『同い年の天才絵師・若冲と蕪村、両雄は並び立っていた』
ー特筆すべきは、京都の四条烏森では近所に住んでいたが交流はなかったようー
極寒の季節に、なるといつも,蕪村の作品『鳶・鴉双幅』を思い出します。 3年前、生誕300年を記念してサントリ―美術館に於いて開催された、『同い年の天才絵師「若冲と蕪村」展』を鑑賞したことがありました。
日経新聞文化欄に与謝蕪村の『鳶・鴉双幅』が紹介されていました。 蕪村について調べていると、なんと凡人にとっては、作風・画風も経歴も異なる二人の作品が同時に見られたことにも驚きました。
与謝蕪村筆 双幅、重要文化財 "鳶・鴉図" (とび・からすず)
先ずは、文化欄に載った蕪村の作品『鳶・鴉双幅』の解説です。自分も写真を撮りますが、撮るときに『キャプションやタイトル』を瞬時に、又は、少し待てるときは、時間をかけて、思いめぐらしますが、この絵の解説には、感動します。 写真には、組写真、二枚以上数十枚までがありますが、この作品、『双幅』はやはり東洋的です。 この解説は、後世の方々の想像と思いますが、『双幅』が組・対比の絵ですので、やはり素人感ですが下記に『同感』です。
双幅の『鳶一羽』
自分以外には頼らず、おのれの影の中にうずくまりながら、その身軽さを限界まで活用し、あらゆる不幸や悲劇に真っ向から挑む、凛々しくも厳しい道。
双幅の『鴉二羽』
運命共同体たる連れ合いと共に、ひた寄り添うことで発生するぬくもりを最大限に生かして、吹き荒れる寒風をやり過ごす、いかにも生き物らしい道。
余談です。
自らを振り返ると、若気の至りで、若いときは『鳶』願望、今は、老いて『二羽の鴉』願望です。 生涯連れ添う一夫一婦制の野鳥は、「タンチョウ(ツル)」、「ハクトウワシ」、「アホウドリ」などです。 「クロコンドル」は、浮気を絶対に許さない鳥だそうです。 これ以上に仲の良いヒヨドリがいます。 ヒヨドリは捕食、巣作り、子育てはいつも一緒です。 仲の良い代表の野鳥は、『オシドリ夫婦』と言われるが実際は違うようです。
蕪村は、
日本文化の歴史のなかでも、稀に見る多面的な才能を発揮した人物として、 広く知られています。 俳人としても松尾芭蕉・小林一茶と共に近世俳諧史で著名。 画人としても同時代の池大雅や丸山応挙と並び称せられる巨匠。
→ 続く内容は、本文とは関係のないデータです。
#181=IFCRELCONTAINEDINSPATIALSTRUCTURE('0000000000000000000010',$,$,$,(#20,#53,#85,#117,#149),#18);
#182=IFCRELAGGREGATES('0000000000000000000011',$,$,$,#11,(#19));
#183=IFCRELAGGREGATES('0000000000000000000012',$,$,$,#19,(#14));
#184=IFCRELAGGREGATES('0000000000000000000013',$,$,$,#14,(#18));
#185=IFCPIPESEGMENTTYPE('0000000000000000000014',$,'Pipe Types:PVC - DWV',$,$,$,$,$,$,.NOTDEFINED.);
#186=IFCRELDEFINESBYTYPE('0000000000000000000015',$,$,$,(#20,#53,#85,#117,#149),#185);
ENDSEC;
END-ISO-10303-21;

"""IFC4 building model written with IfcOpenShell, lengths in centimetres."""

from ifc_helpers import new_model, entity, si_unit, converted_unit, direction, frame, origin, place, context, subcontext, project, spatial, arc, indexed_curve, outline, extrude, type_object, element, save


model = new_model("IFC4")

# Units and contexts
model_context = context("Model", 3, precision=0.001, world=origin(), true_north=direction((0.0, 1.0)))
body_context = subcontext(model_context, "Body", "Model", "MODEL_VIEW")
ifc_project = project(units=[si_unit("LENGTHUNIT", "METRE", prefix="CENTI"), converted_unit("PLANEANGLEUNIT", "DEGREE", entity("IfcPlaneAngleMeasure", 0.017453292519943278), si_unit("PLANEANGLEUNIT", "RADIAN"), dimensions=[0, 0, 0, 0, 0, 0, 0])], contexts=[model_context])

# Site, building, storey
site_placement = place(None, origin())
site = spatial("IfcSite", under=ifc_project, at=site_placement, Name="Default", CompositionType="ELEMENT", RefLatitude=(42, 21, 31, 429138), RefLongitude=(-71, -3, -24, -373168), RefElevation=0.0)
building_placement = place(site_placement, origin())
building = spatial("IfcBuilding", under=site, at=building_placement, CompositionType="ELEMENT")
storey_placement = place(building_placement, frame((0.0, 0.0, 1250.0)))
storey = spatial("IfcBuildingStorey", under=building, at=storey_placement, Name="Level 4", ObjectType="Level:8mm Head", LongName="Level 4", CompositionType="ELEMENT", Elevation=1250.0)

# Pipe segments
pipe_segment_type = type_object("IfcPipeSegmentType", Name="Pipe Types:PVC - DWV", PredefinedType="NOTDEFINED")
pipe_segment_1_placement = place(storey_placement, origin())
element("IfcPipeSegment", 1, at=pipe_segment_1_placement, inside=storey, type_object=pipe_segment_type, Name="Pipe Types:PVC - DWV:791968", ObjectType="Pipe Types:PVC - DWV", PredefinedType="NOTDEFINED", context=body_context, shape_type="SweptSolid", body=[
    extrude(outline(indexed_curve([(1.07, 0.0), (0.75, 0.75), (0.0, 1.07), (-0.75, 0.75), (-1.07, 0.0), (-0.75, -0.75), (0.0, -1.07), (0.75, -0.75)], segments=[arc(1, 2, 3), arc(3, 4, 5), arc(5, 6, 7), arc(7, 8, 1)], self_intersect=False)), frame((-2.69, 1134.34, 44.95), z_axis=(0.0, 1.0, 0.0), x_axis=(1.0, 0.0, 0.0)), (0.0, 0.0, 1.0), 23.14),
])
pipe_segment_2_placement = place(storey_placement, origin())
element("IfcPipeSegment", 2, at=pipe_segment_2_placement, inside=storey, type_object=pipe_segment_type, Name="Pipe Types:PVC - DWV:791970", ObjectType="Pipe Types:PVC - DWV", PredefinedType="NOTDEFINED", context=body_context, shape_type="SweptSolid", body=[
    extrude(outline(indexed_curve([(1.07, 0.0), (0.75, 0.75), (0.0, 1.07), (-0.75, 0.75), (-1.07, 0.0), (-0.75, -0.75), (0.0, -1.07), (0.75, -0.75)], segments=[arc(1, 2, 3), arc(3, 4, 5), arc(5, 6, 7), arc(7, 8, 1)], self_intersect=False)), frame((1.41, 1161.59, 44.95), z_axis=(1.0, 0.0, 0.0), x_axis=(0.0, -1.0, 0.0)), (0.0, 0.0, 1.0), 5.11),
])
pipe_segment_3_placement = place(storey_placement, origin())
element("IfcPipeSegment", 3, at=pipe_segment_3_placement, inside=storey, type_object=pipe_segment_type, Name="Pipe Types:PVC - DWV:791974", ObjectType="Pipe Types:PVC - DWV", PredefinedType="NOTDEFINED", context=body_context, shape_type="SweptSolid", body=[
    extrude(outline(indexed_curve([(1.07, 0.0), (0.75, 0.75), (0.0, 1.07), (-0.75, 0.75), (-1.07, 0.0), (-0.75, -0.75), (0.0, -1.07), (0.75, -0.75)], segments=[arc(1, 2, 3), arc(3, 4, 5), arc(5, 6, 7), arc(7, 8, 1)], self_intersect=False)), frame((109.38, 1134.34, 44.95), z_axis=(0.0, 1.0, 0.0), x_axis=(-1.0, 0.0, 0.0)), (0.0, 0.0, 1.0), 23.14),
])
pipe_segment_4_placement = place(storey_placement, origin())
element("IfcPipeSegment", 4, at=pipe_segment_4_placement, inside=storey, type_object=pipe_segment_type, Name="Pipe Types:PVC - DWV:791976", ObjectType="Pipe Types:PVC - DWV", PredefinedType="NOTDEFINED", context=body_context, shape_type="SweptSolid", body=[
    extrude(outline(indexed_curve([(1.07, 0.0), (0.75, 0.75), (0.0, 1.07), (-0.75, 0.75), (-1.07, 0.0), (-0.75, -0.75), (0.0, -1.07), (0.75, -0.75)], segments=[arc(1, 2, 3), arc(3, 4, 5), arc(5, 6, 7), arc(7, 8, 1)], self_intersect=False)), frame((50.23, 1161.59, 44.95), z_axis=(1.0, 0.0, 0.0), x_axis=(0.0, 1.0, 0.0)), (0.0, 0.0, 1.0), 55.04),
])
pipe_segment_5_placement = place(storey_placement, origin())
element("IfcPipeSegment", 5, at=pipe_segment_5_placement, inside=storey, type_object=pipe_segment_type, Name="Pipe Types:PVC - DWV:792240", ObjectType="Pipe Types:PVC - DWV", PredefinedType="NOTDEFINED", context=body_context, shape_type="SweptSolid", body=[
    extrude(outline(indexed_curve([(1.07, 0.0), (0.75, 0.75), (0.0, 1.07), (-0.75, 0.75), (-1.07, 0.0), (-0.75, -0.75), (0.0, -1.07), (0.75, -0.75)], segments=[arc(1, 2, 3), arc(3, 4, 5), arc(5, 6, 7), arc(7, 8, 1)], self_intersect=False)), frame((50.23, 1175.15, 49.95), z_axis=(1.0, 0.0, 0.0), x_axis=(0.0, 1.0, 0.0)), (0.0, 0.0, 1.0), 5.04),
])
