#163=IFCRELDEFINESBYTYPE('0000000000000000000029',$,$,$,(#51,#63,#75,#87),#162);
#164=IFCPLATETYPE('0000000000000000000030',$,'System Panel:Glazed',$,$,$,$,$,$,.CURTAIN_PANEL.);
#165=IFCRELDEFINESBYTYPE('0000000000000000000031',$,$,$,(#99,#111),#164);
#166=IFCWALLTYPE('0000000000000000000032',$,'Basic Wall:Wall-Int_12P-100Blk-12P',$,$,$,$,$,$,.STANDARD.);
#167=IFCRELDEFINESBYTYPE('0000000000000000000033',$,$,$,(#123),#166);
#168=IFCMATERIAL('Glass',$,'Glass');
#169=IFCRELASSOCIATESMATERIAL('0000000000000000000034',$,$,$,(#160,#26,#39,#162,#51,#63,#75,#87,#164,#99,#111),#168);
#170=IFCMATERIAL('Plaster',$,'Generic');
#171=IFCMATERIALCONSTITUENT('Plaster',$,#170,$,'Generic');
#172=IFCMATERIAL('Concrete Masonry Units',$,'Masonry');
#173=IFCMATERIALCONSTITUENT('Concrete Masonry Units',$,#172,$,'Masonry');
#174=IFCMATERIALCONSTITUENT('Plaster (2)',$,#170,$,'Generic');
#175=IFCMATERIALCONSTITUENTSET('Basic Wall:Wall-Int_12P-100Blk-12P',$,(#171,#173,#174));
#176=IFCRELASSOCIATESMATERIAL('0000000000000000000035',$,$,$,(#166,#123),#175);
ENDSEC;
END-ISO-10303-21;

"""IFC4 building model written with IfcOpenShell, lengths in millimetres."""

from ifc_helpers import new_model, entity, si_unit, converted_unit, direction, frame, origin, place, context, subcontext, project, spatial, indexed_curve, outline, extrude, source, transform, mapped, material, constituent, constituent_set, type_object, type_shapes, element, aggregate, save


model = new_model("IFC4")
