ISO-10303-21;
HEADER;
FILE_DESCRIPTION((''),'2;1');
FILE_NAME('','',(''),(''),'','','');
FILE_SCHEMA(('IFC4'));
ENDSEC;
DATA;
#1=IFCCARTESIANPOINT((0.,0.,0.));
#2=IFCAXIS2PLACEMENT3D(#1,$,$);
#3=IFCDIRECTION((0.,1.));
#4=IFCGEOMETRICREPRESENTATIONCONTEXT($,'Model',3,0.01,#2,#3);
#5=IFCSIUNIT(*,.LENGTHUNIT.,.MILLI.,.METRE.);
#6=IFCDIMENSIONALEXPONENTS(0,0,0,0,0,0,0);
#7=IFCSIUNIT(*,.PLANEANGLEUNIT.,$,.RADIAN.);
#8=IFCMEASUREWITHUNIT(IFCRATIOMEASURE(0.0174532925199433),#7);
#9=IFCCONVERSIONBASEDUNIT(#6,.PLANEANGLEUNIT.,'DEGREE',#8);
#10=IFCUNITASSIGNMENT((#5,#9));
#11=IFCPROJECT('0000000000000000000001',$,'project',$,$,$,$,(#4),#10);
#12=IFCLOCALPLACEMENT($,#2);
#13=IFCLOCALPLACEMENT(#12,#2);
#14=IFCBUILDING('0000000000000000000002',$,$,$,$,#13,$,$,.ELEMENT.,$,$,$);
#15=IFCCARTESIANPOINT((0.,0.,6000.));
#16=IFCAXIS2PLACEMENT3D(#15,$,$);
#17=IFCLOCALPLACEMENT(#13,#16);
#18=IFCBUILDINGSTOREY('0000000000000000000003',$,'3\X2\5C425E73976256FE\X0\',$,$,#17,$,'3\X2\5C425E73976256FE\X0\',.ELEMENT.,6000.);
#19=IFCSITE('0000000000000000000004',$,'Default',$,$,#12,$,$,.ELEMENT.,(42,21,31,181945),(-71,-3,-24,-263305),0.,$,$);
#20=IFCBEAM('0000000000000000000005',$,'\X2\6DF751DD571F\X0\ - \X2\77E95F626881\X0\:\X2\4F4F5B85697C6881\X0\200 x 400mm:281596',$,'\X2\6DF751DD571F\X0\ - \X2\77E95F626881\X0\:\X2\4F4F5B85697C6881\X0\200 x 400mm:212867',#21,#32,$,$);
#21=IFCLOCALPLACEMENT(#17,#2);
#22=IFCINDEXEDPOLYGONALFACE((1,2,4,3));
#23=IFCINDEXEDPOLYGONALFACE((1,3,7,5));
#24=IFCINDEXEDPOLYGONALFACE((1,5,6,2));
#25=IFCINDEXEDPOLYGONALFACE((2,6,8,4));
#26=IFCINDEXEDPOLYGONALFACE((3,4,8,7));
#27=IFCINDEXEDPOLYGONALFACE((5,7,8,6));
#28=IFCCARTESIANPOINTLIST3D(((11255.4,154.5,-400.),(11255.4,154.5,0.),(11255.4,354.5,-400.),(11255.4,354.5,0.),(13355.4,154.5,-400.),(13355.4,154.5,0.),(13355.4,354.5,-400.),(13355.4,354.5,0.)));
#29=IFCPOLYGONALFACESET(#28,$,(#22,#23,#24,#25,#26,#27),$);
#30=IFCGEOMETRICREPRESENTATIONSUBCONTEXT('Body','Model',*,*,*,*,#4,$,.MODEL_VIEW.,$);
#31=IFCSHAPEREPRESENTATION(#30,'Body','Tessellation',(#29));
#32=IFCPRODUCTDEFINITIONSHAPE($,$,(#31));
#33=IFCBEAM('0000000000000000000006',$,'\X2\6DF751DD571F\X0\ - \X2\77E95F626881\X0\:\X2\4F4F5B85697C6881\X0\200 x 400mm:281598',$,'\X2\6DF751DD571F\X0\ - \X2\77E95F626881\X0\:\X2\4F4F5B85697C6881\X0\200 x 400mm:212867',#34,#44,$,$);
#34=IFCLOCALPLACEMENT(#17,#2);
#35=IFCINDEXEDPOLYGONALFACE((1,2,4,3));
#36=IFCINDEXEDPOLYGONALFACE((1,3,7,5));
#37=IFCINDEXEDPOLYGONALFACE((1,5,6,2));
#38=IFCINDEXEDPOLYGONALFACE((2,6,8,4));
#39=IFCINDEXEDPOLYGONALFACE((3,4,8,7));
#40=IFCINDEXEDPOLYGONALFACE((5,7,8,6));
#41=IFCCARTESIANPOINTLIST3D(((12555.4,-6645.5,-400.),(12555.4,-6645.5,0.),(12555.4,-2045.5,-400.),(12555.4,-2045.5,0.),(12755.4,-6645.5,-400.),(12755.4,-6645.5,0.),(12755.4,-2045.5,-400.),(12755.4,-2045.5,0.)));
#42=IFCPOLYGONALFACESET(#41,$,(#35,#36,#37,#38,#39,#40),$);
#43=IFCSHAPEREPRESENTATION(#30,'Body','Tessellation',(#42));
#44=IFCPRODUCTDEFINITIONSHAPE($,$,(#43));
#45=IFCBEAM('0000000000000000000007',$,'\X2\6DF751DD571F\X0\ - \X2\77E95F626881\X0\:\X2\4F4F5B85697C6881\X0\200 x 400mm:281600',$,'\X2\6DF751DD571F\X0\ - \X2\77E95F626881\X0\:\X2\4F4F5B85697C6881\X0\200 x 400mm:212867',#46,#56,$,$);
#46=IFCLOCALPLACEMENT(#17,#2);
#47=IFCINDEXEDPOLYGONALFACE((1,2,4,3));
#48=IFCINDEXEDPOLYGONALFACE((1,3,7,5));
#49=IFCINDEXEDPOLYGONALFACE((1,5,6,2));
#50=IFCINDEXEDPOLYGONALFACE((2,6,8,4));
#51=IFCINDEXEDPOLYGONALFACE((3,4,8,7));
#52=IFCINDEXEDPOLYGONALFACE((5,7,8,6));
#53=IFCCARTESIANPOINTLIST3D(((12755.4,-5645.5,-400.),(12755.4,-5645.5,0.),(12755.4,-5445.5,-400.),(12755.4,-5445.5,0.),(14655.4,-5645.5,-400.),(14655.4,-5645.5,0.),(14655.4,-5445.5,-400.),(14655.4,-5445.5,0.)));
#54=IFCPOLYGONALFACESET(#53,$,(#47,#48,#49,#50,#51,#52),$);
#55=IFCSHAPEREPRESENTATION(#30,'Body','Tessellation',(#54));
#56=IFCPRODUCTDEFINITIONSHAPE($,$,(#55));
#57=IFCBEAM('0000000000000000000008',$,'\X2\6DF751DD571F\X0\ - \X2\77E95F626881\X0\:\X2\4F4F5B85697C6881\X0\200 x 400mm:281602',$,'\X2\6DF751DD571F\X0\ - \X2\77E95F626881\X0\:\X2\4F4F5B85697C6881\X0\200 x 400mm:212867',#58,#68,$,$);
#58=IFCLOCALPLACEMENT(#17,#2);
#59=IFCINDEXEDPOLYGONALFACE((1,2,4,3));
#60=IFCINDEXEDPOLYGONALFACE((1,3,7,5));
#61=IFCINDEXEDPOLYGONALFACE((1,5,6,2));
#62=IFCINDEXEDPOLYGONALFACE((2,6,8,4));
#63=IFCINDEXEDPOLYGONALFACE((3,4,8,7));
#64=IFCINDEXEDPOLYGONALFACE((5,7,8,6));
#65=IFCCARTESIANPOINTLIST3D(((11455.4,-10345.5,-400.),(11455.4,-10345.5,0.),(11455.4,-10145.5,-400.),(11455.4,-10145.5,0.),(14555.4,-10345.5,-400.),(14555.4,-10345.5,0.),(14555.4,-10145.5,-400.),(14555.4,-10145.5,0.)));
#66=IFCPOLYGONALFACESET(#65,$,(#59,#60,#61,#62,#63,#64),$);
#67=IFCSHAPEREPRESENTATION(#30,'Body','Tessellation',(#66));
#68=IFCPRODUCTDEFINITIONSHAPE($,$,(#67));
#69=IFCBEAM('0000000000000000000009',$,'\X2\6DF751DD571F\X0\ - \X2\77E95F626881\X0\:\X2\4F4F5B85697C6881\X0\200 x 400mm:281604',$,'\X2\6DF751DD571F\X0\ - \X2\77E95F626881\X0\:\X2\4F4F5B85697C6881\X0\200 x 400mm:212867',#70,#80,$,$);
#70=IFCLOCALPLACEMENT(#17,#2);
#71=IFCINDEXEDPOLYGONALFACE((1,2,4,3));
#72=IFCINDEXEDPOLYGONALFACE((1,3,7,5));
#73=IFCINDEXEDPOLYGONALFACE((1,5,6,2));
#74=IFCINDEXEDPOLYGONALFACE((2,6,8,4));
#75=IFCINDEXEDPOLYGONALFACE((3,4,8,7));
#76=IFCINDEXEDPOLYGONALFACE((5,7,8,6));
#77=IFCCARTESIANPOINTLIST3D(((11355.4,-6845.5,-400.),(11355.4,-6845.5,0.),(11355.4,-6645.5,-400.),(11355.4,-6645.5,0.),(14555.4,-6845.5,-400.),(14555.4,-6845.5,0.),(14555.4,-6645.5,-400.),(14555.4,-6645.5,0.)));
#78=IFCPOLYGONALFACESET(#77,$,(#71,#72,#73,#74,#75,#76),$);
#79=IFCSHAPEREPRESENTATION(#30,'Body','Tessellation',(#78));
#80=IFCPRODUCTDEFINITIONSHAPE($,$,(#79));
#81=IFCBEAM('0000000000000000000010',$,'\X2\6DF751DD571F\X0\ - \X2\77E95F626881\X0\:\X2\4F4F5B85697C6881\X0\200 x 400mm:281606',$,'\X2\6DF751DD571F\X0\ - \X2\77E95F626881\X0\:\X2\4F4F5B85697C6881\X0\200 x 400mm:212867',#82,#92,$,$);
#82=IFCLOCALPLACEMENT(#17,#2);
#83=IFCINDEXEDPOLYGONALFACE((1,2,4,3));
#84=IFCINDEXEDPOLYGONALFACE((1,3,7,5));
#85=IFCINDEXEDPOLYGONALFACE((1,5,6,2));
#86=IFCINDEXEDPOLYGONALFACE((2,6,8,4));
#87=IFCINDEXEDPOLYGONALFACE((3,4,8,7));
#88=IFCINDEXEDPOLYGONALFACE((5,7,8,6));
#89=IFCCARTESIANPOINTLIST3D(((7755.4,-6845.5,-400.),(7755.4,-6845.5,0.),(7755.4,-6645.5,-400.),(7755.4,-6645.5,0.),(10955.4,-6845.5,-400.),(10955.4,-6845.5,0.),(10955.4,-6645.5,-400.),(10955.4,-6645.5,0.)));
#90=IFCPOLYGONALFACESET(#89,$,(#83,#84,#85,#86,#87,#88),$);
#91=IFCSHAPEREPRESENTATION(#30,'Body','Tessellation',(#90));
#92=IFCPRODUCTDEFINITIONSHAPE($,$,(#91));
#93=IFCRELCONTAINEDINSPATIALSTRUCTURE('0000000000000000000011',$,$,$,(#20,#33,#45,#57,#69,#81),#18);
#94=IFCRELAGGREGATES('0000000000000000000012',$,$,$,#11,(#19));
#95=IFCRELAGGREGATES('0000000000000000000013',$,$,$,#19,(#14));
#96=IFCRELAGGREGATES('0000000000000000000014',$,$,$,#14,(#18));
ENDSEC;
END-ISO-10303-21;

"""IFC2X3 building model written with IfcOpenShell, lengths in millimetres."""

from ifc_helpers import new_model, entity, si_unit, converted_unit, direction, frame, frame_2d, origin, origin_2d_with_axis, place, context, subcontext, project, spatial, rectangle, extrude, element, save


model = new_model("IFC2X3")

# Units and contexts
model_context = context("Model", 3, precision=0.01, world=origin(), true_north=direction((0.0, 1.0)))
body_context = subcontext(model_context, "Body", "Model", "MODEL_VIEW")
ifc_project = project(units=[si_unit("LENGTHUNIT", "METRE", prefix="MILLI"), converted_unit("PLANEANGLEUNIT", "DEGREE", entity("IfcRatioMeasure", 0.0174532925199433), si_unit("PLANEANGLEUNIT", "RADIAN"), dimensions=[0, 0, 0, 0, 0, 0, 0])], contexts=[model_context])

# Site, building, storey
site_placement = place(None, origin())
site = spatial("IfcSite", under=ifc_project, at=site_placement, Name="Default", CompositionType="ELEMENT", RefLatitude=(42, 21, 31, 181945), RefLongitude=(-71, -3, -24, -263305), RefElevation=0.0)
building_placement = place(site_placement, origin())
building = spatial("IfcBuilding", under=site, at=building_placement, CompositionType="ELEMENT")
storey_placement = place(building_placement, frame((0.0, 0.0, 6000.0)))
storey = spatial("IfcBuildingStorey", under=building, at=storey_placement, Name="3层平面图", LongName="3层平面图", CompositionType="ELEMENT", Elevation=6000.0)

# Beams
beam_1_placement = place(storey_placement, frame((11155.4, 254.5, 0.0)))
element("IfcBeam", 1, at=beam_1_placement, inside=storey, Name="混凝土 - 矩形梁:住宅楼梁200 x 400mm:281596", ObjectType="混凝土 - 矩形梁:住宅楼梁200 x 400mm:212867", context=body_context, shape_type="SweptSolid", body=[
    extrude(rectangle(XDim=400.0, YDim=200.0, at=frame_2d((0.0, 0.0), x_axis=(1.0, 0.0))), frame((100.0, 0.0, -200.0), z_axis=(1.0, 0.0, 0.0), x_axis=(0.0, 0.0, -1.0)), (0.0, 0.0, 1.0), 2100.0),
])
beam_2_placement = place(storey_placement, frame((12655.4, -1945.5, 0.0), z_axis=(0.0, 0.0, 1.0), x_axis=(0.0, -1.0, 0.0)))
element("IfcBeam", 2, at=beam_2_placement, inside=storey, Name="混凝土 - 矩形梁:住宅楼梁200 x 400mm:281598", ObjectType="混凝土 - 矩形梁:住宅楼梁200 x 400mm:212867", context=body_context, shape_type="SweptSolid", body=[
    extrude(rectangle(XDim=400.0, YDim=200.0, at=origin_2d_with_axis()), frame((100.0, 0.0, -200.0), z_axis=(1.0, 0.0, 0.0), x_axis=(0.0, 0.0, -1.0)), (0.0, 0.0, 1.0), 4600.0),
])
beam_3_placement = place(storey_placement, frame((12655.4, -5545.5, 0.0)))
element("IfcBeam", 3, at=beam_3_placement, inside=storey, Name="混凝土 - 矩形梁:住宅楼梁200 x 400mm:281600", ObjectType="混凝土 - 矩形梁:住宅楼梁200 x 400mm:212867", context=body_context, shape_type="SweptSolid", body=[
    extrude(rectangle(XDim=400.0, YDim=200.0, at=frame_2d((0.0, 0.0), x_axis=(1.0, 0.0))), frame((100.0, 0.0, -200.0), z_axis=(1.0, 0.0, 0.0), x_axis=(0.0, 0.0, -1.0)), (0.0, 0.0, 1.0), 1900.0),
])
beam_4_placement = place(storey_placement, frame((11455.4, -10245.5, 0.0)))
element("IfcBeam", 4, at=beam_4_placement, inside=storey, Name="混凝土 - 矩形梁:住宅楼梁200 x 400mm:281602", ObjectType="混凝土 - 矩形梁:住宅楼梁200 x 400mm:212867", context=body_context, shape_type="SweptSolid", body=[
    extrude(rectangle(XDim=400.0, YDim=200.0, at=frame_2d((0.0, 0.0), x_axis=(1.0, 0.0))), frame((0.0, 0.0, -200.0), z_axis=(1.0, 0.0, 0.0), x_axis=(0.0, 0.0, -1.0)), (0.0, 0.0, 1.0), 3100.0),
])
beam_5_placement = place(storey_placement, frame((11155.4, -6745.5, 0.0)))
element("IfcBeam", 5, at=beam_5_placement, inside=storey, Name="混凝土 - 矩形梁:住宅楼梁200 x 400mm:281604", ObjectType="混凝土 - 矩形梁:住宅楼梁200 x 400mm:212867", context=body_context, shape_type="SweptSolid", body=[
    extrude(rectangle(XDim=400.0, YDim=200.0, at=frame_2d((0.0, 0.0), x_axis=(1.0, 0.0))), frame((200.0, 0.0, -200.0), z_axis=(1.0, 0.0, 0.0), x_axis=(0.0, 0.0, -1.0)), (0.0, 0.0, 1.0), 3200.0),
])
beam_6_placement = place(storey_placement, frame((11155.4, -6745.5, 0.0), z_axis=(0.0, 0.0, 1.0), x_axis=(-1.0, 0.0, 0.0)))
element("IfcBeam", 6, at=beam_6_placement, inside=storey, Name="混凝土 - 矩形梁:住宅楼梁200 x 400mm:281606", ObjectType="混凝土 - 矩形梁:住宅楼梁200 x 400mm:212867", context=body_context, shape_type="SweptSolid", body=[
    extrude(rectangle(XDim=400.0, YDim=200.0, at=frame_2d((0.0, 0.0), x_axis=(1.0, 0.0))), frame((200.0, 0.0, -200.0), z_axis=(1.0, 0.0, 0.0), x_axis=(0.0, 0.0, -1.0)), (0.0, 0.0, 1.0), 3200.0),
])

save(model, "model.ifc")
生い立ちは17-18歳の頃、早野(宋阿)巴人に師事し俳諧を学んだ。 27歳の時に、師・巴人の死にあい、江戸を去り、下総結城・下館に逗留する。 その後は尊敬する芭蕉の足跡をたどって、東北・松島あたりを旅した。
36歳の時の秋、十年近い放浪生活を切り上げ、京都に上り、古社寺に所有される障壁画や、中国・日本の古典絵画等、本格的絵画作品にふれ、直に学習する機会を得た。
絵画は独学のようです。 第一番目の驚き。 国宝(十弁十宜図)は池大雅との合作です。 第二番目の驚きは、大雅が国宝(十弁帖)、蕪村が国宝(十宜帖)を描く。 川端康成が家購入をあきらめての収集で有名。第三番目の驚きは、天が二物を与えた最高度の二刀流です。文武両道はよくありますが。
「象と鯨図屏風」 伊藤若冲
若冲は
当時では初老、40歳で1755年に隠居して、絵を描き始め、1759年に鹿苑寺(金閣寺)大書院障壁画を、1964年には金刀比羅宮奥書院襖絵を描く。
作風は、若冲が狩野派の画家・大岡春卜に師事したとの記録が『続諸家人物志』にあります。明治以降、短期間ではあるが、一般には忘れられがちな時期もあったが、1990年代後半以降、その超絶した技巧や奇抜な構図が再評価され、特にアメリカ人収集家ジョー・プライスのコレクションにより飛躍的にその知名度と人気を高めている。